A cuántas se lo dirás. –Y pensándolo en compañía de otras mujeres en el mar, con  un sobresalto me acordé.
− ¿Y el chaleco? −Sonrió al girar el volante a la izquierda y sin mirarme, contestó.
−Tuve que elegir entre él y una “damisela en peligro”
Y nos reímos recordando que entre su extensa carrera, figuraba la participación en el doblaje al español, de una famosísima película de Disney.

−¿Y tuviste que pensarlo mucho Hércules?
Su risa sonó fuerte mientras meneaba la cabeza.
−Un poco…
−¡Qué malo! ¡Ya verás!
−¡No! Mentira −repuso tocándome el muslo izquierdo−, me asusté como hace mucho que no me pasa. Eso no era ficción.
−Te confieso que yo también. Antes le tenía miedo al agua, ahora un poco más.

−Tendrás que superarlo −comentó tocándose el pelo−, no hay nada más traicionero que el miedo.
−Tú sabrás poco de eso ¿no?
Algo sorprendido me miró por un instante y con el ceño fruncido preguntó.
−¿Por qué? Tengo miedos como todo el mundo, o peores.

−Discúlpame −hablé tocándole por reflejo la mano que descansaba en la palanca de cambios− otra vez la tonta idea de que por tu vida de artista, no perteneces al reino de los mortales.
−Estás perdonada.
−Ya sé cómo lograr que no me vuelva a suceder. −Hablé quitando apresurada la mano que reposaba muy cómoda sobre la suya.
−¿Y qué vas a hacer? Algo me dice que ese tono de voz esconde algo gracioso.

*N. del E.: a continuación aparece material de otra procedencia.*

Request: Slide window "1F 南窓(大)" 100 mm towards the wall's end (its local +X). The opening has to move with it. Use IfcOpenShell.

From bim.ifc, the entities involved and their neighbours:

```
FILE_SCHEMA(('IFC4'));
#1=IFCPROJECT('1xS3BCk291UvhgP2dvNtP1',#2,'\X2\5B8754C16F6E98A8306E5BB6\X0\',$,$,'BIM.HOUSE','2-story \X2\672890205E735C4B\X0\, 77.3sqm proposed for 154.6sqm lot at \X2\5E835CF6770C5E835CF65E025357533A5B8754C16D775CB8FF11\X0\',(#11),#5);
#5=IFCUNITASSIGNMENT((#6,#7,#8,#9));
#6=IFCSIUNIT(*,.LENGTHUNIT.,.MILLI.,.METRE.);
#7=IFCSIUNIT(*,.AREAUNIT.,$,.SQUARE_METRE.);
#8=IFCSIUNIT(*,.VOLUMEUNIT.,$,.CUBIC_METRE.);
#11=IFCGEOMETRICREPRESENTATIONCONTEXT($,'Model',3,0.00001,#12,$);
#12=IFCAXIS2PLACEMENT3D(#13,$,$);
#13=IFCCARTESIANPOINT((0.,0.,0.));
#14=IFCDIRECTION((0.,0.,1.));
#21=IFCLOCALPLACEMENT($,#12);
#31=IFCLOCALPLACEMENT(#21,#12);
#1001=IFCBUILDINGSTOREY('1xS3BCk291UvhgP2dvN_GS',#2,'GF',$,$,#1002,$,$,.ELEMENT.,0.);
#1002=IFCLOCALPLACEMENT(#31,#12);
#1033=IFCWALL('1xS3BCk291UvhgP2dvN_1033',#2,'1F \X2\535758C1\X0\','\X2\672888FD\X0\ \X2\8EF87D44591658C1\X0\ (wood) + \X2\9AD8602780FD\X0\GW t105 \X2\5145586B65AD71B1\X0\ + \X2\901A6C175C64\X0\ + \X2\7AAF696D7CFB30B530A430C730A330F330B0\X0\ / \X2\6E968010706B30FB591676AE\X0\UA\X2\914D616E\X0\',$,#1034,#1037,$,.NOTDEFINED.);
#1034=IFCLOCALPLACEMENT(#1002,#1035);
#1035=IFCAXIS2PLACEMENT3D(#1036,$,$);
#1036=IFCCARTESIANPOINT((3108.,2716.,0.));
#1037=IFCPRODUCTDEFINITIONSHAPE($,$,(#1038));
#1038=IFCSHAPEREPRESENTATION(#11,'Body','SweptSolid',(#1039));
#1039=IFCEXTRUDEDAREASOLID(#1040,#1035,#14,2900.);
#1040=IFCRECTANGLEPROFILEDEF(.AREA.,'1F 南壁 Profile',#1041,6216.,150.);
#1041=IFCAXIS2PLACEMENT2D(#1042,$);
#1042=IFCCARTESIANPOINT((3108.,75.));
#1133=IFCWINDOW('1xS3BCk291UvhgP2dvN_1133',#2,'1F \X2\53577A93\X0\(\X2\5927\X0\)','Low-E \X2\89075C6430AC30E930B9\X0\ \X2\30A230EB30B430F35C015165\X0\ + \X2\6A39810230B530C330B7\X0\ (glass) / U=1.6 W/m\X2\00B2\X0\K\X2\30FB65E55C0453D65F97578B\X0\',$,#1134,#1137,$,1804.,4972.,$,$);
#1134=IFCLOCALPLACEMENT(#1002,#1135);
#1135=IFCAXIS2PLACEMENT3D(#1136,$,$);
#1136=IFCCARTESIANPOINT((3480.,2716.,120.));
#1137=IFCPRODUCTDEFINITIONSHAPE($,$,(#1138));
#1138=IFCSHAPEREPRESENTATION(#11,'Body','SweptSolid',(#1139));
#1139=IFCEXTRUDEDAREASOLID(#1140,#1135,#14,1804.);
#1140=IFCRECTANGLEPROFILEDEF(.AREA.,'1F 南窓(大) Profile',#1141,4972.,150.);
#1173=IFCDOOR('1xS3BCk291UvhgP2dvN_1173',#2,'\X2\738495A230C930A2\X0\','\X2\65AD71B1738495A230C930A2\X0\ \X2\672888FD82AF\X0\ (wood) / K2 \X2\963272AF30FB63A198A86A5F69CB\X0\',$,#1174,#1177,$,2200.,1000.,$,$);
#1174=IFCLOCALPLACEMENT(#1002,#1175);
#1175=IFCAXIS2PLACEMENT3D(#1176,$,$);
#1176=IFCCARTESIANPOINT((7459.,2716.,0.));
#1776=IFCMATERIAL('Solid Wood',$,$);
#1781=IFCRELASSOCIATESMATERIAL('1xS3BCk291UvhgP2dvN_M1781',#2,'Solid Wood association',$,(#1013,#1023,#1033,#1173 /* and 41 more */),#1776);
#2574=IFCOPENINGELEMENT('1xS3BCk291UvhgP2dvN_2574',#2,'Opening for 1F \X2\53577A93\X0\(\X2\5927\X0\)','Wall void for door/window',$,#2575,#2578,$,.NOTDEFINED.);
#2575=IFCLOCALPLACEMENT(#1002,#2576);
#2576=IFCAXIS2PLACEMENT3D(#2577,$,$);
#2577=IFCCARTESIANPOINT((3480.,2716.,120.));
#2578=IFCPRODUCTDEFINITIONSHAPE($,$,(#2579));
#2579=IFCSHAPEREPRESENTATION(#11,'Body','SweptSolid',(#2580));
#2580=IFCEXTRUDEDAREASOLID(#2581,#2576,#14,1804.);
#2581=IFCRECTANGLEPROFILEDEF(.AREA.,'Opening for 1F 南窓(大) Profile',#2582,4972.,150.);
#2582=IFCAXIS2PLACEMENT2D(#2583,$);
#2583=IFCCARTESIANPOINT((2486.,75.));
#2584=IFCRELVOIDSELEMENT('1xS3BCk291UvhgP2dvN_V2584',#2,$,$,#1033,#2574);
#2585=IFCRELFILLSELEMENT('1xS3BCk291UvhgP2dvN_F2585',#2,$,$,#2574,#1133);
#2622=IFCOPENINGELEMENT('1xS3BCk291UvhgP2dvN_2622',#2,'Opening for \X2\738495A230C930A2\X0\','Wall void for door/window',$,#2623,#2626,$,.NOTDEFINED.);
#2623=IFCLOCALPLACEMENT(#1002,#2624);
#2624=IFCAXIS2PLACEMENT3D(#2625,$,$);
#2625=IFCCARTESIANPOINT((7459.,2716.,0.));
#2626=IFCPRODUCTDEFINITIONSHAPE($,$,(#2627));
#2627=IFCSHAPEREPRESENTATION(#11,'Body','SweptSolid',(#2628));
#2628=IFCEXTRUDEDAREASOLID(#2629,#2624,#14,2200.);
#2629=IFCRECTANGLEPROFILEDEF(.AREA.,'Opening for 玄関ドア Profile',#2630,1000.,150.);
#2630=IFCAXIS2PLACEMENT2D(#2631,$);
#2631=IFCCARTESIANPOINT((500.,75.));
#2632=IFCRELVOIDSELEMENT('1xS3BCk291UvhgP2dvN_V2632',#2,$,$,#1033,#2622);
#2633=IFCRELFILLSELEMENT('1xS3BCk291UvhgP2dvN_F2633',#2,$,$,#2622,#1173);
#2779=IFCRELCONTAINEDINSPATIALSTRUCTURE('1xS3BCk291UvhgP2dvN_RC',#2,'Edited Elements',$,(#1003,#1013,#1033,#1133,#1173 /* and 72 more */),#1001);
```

```python
import ifcopenshell
import ifcopenshell.api.geometry
import ifcopenshell.util.placement
import ifcopenshell.util.unit

model = ifcopenshell.open("bim.ifc")
unit_scale = ifcopenshell.util.unit.calculate_unit_scale(model)

window = model.by_id(1133)
opening = window.FillsVoids[0].RelatingOpeningElement
wall = opening.VoidsElements[0].RelatingBuildingElement

wall_matrix = ifcopenshell.util.placement.get_local_placement(wall.ObjectPlacement)
shift = wall_matrix[:3, 0] * 0.1 / unit_scale
before = ifcopenshell.util.placement.get_local_placement(window.ObjectPlacement)[:3, 3].copy()

# The window is not placed relative to its opening, so move both.
for product in (opening, window):
    matrix = ifcopenshell.util.placement.get_local_placement(product.ObjectPlacement)
    matrix[:3, 3] += shift
    ifcopenshell.api.geometry.edit_object_placement(model, product=product, matrix=matrix, is_si=False)

after = ifcopenshell.util.placement.get_local_placement(window.ObjectPlacement)[:3, 3]
print("window moved by", (after - before).round(3) + 0.0)

model.write("bim_rev.ifc")
```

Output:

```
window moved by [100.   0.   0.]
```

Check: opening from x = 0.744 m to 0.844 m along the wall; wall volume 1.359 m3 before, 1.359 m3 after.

−Como los huevos. −Su carcajada no tardó en sonar mientras miraba el espejo retrovisor.
−Explícamelo, por favor.
−Como a los huevos cuando les quitas la cáscara, así voy a hacer contigo. De ahora en más me olvidaré de tu vida artística para ver al hombre que habita dentro. Así ya no te voy a ver inalcanzable, diferente o inmortal.
−Me parece una idea fantástica, de verdad. Nos vamos a llevar muy bien entonces.

−Eso espero. −Una fugaz pero intensa mirada y el resto del camino fue casi en silencio, escuchando música y disfrutando del despertar de la ciudad.